But I do love my kids.
So this summer, come hell or high-water (only one is likely during Texas summers), I'm going to gladly anticipate it and enjoy my kids throughout it. In order to do that, I have to keep a few things in mind. Maybe this will help you, too (unless you're one of those moms that makes me feel bad by totally loving summer):
My main goal for our summer break this year isn't to stuff it so full of activities that I end up resenting my children. Granted, we do have a pretty full calendar already, but nothing is set in stone. If
we're I'm tired and stressed, we'll just chill at the house and swim or bake or watch TV all day. ;) It's summer, afterall. Summer was made for wasting time.
It is just plain hard to keep everything running when the kids are home all day (or is it - more on this later!!). On any given day I like to have a certain amount of things done:
- dishes (getting behind on dishes just kills me)
- kitchen floor swept (this is not overkill for a mother of 3 boys with no dog)

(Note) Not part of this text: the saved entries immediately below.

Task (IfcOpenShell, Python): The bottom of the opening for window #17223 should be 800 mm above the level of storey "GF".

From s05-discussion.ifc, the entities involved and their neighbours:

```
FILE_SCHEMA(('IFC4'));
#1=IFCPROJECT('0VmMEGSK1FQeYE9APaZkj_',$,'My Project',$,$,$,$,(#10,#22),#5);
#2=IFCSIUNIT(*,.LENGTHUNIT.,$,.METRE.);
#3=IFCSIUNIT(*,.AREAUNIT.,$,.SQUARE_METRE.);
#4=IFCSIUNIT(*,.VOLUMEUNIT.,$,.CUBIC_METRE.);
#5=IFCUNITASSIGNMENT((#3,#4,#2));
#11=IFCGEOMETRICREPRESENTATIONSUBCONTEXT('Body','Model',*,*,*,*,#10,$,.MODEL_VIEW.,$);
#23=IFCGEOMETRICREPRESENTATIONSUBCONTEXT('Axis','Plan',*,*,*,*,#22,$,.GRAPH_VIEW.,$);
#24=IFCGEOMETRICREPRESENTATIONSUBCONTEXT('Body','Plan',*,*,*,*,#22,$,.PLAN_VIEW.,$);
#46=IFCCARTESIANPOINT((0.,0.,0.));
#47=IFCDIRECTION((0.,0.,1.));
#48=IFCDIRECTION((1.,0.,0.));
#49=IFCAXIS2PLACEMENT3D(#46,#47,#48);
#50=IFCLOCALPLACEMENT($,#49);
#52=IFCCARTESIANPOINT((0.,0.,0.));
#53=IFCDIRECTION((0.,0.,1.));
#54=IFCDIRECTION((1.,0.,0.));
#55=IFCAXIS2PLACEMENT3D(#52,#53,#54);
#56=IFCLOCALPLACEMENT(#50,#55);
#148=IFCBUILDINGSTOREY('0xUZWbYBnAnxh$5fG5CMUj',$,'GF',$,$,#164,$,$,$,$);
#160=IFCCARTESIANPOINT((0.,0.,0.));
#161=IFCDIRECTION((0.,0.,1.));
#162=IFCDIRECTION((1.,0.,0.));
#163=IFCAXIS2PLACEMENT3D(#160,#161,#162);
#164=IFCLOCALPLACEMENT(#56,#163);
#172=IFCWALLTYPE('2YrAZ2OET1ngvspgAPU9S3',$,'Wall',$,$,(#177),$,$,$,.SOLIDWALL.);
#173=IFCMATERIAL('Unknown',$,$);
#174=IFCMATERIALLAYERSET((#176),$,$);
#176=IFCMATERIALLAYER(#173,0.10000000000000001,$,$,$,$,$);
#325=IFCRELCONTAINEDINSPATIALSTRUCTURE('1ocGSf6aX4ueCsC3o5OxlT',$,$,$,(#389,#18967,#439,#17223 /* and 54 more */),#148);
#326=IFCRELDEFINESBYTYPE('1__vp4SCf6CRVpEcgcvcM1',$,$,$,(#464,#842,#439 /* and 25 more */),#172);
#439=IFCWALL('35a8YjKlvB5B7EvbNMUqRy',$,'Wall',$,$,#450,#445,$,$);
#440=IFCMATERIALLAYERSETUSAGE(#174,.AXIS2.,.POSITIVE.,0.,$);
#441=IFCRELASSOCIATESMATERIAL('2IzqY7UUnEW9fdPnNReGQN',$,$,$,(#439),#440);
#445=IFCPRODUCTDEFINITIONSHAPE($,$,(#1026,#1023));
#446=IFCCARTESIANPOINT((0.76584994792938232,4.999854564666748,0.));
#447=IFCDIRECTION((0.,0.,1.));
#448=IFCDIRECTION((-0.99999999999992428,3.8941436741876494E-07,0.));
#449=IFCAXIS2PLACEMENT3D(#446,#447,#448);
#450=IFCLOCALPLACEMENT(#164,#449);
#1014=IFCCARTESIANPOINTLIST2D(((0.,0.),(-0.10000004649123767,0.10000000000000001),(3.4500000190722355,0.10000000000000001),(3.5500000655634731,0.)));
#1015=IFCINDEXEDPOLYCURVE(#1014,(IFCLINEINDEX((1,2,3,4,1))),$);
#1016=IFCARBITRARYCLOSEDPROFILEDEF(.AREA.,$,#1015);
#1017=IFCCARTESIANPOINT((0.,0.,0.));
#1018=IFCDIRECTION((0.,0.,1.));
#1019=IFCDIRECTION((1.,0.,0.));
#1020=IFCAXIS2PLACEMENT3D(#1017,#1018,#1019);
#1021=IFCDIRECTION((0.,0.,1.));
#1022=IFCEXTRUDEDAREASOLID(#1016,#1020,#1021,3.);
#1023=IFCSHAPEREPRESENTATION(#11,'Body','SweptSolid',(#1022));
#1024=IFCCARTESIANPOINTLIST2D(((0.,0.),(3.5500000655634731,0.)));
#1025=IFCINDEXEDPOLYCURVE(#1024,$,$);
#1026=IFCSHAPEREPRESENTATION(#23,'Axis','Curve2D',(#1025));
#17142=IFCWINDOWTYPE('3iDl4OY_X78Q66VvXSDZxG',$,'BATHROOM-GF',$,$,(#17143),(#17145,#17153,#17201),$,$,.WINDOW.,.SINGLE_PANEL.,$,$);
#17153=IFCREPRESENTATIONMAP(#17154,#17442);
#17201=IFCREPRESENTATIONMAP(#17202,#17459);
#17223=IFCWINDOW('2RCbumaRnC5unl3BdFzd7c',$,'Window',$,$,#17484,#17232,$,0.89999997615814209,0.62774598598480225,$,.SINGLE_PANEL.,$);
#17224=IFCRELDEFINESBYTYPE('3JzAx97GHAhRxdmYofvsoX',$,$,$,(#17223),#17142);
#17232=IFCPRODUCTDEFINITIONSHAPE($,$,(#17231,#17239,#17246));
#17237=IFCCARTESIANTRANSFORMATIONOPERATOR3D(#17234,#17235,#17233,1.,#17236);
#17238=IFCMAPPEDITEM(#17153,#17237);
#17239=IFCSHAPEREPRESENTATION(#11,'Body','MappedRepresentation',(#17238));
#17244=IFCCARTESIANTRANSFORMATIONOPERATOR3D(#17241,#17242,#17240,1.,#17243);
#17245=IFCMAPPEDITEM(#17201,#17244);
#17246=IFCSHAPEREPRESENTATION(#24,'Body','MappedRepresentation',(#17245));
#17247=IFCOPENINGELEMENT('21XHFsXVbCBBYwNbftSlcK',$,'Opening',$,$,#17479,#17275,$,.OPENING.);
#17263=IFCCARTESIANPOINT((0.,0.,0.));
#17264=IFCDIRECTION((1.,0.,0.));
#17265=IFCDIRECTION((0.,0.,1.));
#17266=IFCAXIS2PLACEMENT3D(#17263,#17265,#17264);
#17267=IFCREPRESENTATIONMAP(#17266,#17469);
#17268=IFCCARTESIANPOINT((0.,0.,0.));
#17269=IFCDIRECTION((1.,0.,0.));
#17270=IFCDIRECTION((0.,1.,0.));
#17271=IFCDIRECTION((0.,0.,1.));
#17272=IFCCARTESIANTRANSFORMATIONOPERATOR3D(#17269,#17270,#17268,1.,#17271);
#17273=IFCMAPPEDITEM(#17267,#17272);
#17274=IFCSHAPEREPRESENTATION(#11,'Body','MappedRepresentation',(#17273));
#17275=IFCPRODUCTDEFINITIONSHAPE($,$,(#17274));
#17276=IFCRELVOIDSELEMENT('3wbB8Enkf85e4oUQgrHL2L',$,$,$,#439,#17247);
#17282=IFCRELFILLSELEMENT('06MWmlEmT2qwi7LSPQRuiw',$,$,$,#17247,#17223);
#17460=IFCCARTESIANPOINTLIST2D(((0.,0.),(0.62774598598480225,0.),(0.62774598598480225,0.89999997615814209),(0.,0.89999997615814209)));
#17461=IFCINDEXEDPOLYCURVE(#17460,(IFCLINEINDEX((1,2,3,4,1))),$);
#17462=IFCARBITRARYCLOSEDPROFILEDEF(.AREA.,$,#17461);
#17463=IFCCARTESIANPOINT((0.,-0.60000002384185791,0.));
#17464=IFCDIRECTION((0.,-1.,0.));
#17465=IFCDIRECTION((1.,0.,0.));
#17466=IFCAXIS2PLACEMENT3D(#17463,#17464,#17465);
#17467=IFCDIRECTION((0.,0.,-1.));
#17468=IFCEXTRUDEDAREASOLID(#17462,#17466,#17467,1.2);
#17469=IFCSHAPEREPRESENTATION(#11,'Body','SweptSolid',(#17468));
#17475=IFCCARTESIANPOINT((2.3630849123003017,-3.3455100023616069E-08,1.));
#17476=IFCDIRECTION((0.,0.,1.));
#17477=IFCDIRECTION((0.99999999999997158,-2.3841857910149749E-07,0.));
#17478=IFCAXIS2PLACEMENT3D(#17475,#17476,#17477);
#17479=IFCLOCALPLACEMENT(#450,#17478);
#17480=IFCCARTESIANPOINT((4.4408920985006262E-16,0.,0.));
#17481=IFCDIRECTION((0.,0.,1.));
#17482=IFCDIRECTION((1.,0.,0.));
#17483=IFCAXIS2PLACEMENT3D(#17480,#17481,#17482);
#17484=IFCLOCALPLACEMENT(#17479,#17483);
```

```python
import numpy as np
import ifcopenshell
import ifcopenshell.api.geometry
import ifcopenshell.geom
import ifcopenshell.util.element
import ifcopenshell.util.placement
import ifcopenshell.util.shape
import ifcopenshell.util.unit

model = ifcopenshell.open("s05-discussion.ifc")
unit_scale = ifcopenshell.util.unit.calculate_unit_scale(model)

window = model.by_id(17223)
opening = window.FillsVoids[0].RelatingOpeningElement
storey = ifcopenshell.util.element.get_container(window, ifc_class="IfcBuildingStorey")
level = ifcopenshell.util.placement.get_local_placement(storey.ObjectPlacement)[2, 3]

# The opening's origin need not be at the sill, so measure its lowest point.
shape = ifcopenshell.geom.create_shape(ifcopenshell.geom.settings(), opening)
bottom = ifcopenshell.util.shape.get_shape_bottom_elevation(shape, shape.geometry) / unit_scale
dz = level + 0.8 / unit_scale - bottom

shift = np.array([0.0, 0.0, dz])
# The window is placed relative to its opening, so it follows when the opening moves.
matrix = ifcopenshell.util.placement.get_local_placement(opening.ObjectPlacement)
matrix[:3, 3] += shift
ifcopenshell.api.geometry.edit_object_placement(
    model, product=opening, matrix=matrix, is_si=False, should_transform_children=True
)

print(f"moved by {dz * unit_scale:+.3f} m")

model.write("s05-discussion_updated.ifc")
```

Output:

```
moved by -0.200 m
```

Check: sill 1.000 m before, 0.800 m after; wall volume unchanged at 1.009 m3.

- counters cleaned off (so I can breathe)
- loaf of bread made (breadmaker, y'all, it takes 5 minutes)
- food planned for and served (even if it is just bean and cheese tacos)
- laundry worked on (my new system is actually working great, btw - gotta blog about it)

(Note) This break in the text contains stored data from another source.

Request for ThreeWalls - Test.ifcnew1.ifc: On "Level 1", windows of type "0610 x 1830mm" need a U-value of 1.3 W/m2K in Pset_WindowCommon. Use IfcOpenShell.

First a look at what the model holds.

```python
import ifcopenshell
import ifcopenshell.util.element

model = ifcopenshell.open("ThreeWalls - Test.ifcnew1.ifc")
print(model.schema)
storey = next(s for s in model.by_type("IfcBuildingStorey") if s.Name == "Level 1")
windows = [e for e in ifcopenshell.util.element.get_decomposition(storey) if e.is_a("IfcWindow")]
seen = {}
for e in windows:
    element_type = ifcopenshell.util.element.get_type(e)
    key = (element_type.Name if element_type != e and element_type else None, ifcopenshell.util.element.get_pset(e, "Pset_WindowCommon", "ThermalTransmittance"))
    seen[key] = seen.get(key, 0) + 1
for (name, value), count in sorted(seen.items(), key=str):
    print(count, "x", name, "|", value)
```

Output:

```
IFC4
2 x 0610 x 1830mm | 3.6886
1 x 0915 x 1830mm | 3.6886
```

```python
import ifcopenshell
import ifcopenshell.api.pset
import ifcopenshell.util.element

model = ifcopenshell.open("ThreeWalls - Test.ifcnew1.ifc")

storey = next(s for s in model.by_type("IfcBuildingStorey") if s.Name == "Level 1")
windows = [e for e in ifcopenshell.util.element.get_decomposition(storey) if e.is_a("IfcWindow")]

count = 0
for e in windows:
    element_type = ifcopenshell.util.element.get_type(e)
    if element_type in (None, e) or element_type.Name != "0610 x 1830mm":
        continue
    # add_pset returns the element's existing set when there is one.
    pset = ifcopenshell.api.pset.add_pset(model, product=e, name="Pset_WindowCommon")
    ifcopenshell.api.pset.edit_pset(model, pset=pset, properties={"ThermalTransmittance": 1.3})
    count += 1

print(count, "windows updated")

model.write("ThreeWalls - Test.ifcnew1_edited.ifc")
```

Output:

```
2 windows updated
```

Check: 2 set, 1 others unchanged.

- workout/jog (comin' atcha, 26.2!!!)
- pool care (summer is much harder than winter)
- toys put away at the end of the day
- kids bathed, etc.
- nighttime routine with kids
And those are just the everyday things. There are a ton of peripherals that need to get done in the interim (entertaining, volunteering, shopping, organizing, other obligations).

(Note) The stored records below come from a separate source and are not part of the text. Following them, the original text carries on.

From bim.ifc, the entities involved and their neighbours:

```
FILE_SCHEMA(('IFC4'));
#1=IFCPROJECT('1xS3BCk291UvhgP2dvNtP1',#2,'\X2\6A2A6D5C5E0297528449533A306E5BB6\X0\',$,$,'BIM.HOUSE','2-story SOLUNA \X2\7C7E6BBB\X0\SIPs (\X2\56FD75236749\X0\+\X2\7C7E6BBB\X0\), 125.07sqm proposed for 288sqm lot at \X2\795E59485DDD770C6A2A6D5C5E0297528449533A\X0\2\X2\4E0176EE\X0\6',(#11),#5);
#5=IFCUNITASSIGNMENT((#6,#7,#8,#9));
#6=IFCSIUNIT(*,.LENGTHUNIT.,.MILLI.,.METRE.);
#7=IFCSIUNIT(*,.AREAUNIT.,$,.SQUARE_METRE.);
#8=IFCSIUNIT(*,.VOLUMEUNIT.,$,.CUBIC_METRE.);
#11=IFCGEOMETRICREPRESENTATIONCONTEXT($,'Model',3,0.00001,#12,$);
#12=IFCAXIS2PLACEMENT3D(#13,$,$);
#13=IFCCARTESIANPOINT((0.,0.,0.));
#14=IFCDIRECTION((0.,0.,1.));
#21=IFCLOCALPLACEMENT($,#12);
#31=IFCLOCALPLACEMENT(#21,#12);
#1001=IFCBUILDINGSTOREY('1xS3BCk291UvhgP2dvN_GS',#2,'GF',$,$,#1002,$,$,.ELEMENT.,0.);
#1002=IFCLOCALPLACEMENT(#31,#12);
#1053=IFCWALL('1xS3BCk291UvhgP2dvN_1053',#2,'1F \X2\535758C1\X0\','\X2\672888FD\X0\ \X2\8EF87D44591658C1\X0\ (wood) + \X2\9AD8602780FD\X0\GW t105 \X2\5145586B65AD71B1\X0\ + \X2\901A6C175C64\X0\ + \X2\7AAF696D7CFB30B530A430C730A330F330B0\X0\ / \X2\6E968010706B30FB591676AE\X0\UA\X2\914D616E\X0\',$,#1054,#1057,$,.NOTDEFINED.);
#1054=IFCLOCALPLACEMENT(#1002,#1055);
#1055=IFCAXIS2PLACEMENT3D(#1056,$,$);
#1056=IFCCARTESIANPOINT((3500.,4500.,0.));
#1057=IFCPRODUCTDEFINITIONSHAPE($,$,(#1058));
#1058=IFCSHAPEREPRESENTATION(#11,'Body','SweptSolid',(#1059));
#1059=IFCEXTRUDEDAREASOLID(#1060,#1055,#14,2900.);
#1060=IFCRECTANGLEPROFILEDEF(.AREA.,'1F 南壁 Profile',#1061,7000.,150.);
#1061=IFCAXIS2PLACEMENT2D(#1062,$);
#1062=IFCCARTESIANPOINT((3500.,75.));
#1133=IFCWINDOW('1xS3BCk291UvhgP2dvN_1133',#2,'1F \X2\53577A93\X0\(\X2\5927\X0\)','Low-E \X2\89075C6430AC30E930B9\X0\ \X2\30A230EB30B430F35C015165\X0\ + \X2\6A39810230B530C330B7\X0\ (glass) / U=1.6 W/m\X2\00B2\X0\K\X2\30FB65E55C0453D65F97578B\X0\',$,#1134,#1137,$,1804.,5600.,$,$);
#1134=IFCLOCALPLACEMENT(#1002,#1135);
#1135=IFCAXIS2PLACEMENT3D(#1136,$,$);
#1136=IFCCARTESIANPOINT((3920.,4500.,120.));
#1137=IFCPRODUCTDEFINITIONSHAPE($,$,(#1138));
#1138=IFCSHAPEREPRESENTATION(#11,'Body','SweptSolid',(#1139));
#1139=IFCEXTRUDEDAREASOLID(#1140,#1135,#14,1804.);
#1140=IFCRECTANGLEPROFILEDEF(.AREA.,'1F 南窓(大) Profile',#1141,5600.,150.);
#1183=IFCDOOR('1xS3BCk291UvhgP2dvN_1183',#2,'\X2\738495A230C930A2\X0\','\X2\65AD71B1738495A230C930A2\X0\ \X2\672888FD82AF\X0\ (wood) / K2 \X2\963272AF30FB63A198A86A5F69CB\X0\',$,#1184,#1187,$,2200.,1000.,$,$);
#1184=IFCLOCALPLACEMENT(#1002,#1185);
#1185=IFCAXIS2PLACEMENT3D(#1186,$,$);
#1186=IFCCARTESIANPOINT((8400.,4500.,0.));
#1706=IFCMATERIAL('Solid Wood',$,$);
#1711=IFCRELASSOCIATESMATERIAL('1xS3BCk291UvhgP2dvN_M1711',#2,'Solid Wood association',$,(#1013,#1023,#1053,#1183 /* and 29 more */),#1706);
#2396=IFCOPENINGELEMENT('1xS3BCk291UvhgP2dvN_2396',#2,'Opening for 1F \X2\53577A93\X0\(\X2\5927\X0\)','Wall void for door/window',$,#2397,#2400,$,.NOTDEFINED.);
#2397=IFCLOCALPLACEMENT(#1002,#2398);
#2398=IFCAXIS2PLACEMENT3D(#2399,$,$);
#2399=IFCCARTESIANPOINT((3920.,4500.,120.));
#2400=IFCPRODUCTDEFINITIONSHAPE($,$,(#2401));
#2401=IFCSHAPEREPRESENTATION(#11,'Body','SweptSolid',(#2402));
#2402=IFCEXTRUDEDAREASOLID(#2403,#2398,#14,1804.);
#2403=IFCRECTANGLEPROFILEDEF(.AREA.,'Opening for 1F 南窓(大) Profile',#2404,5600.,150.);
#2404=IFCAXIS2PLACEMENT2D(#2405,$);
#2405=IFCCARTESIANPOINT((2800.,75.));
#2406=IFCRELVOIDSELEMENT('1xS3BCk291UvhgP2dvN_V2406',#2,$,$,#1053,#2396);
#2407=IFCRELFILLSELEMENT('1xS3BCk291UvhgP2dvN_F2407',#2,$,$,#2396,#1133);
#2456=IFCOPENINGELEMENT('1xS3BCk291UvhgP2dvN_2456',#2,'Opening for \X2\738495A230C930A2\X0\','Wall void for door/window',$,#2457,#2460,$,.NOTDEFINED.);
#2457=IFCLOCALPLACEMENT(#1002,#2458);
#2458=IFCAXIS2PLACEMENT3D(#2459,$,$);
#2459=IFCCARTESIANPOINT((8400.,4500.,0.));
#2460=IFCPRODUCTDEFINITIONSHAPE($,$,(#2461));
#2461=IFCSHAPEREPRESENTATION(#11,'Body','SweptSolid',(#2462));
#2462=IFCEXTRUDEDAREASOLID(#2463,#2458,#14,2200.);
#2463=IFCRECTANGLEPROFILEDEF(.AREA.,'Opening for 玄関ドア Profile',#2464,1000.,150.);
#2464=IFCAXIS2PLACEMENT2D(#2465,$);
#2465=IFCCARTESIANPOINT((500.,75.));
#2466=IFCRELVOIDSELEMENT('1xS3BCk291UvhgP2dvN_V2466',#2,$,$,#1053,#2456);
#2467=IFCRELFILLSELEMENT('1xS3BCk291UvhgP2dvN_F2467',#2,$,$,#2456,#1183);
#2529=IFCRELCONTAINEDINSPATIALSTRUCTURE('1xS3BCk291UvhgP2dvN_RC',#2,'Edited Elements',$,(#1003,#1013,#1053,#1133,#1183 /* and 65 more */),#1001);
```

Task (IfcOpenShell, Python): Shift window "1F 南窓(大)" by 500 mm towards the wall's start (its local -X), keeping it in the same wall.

```python
import ifcopenshell
import ifcopenshell.api.geometry
import ifcopenshell.util.placement
import ifcopenshell.util.unit

model = ifcopenshell.open("bim.ifc")
unit_scale = ifcopenshell.util.unit.calculate_unit_scale(model)

window = model.by_id(1133)
opening = window.FillsVoids[0].RelatingOpeningElement
wall = opening.VoidsElements[0].RelatingBuildingElement

wall_matrix = ifcopenshell.util.placement.get_local_placement(wall.ObjectPlacement)
shift = wall_matrix[:3, 0] * -0.5 / unit_scale
before = ifcopenshell.util.placement.get_local_placement(window.ObjectPlacement)[:3, 3].copy()

# The window is not placed relative to its opening, so move both.
for product in (opening, window):
    matrix = ifcopenshell.util.placement.get_local_placement(product.ObjectPlacement)
    matrix[:3, 3] += shift
    ifcopenshell.api.geometry.edit_object_placement(model, product=product, matrix=matrix, is_si=False)

after = ifcopenshell.util.placement.get_local_placement(window.ObjectPlacement)[:3, 3]
print("window moved by", (after - before).round(3) + 0.0)

model.write("bim-out.ifc")
```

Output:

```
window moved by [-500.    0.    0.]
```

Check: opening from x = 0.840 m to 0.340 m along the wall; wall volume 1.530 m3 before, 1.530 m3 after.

So my recovering-perfectionist self wants to say, "Okay, kids, Mommy has to do all of this before we leave." And then I'd work my fingers to the bone while the kids sat on the couch watching Netflix.
So then I'd see the idiocy of that and be tempted to say, "Oh kids, let's just leave those dishes in the sink and those clothes on the floor and go to Six Flags." You can see that that's still dumb, right?
"Oh but they have to know they come before housework," right? Still wrong.
Mamas (et al.), I've turned a new leaf. I promise to tell you more about this after I get a better grasp on it, but this summer I'm not going to lead my kids into the entitlement trap!!! They'll work for what they want and reap the benefits that come with responsibility. If they want to go to Six Flags, then they'll have the house clean and their snacks packed. Boom! New leaf, y'all. (We've started on this, and they are seriously different children - and not robots, I promise.)
Don't Forget to Bond
I know this sounds like I'm being overly sentimental or overly ambitious, but, in all seriousness, if I just take my kids from place to place and don't actually engage them, then it's all in vain. And I'll be the first to admit that I'm totally guilty of that.
Taxiing them around all summer doesn't grow love. I'm not doing anything to build their character by buying them all the pool toys they want. That's so obvious; I know, but I do it anyway! Why! You probably don't do that, but I'm just sayin'. I really do want to connect with them.
For our family, I really think that getting the us as a unit to a healthy place will bring us closer together. We've GOT to nip this entitlement thing in the bud. Once we get in a good place on that, which we're working on, we'll be able to work on the next steps, like fostering creativity and curiosity through shared experiences. I'm super excited about that, and I can't wait to tell you how it goes (I have a little something up my sleeve for that one).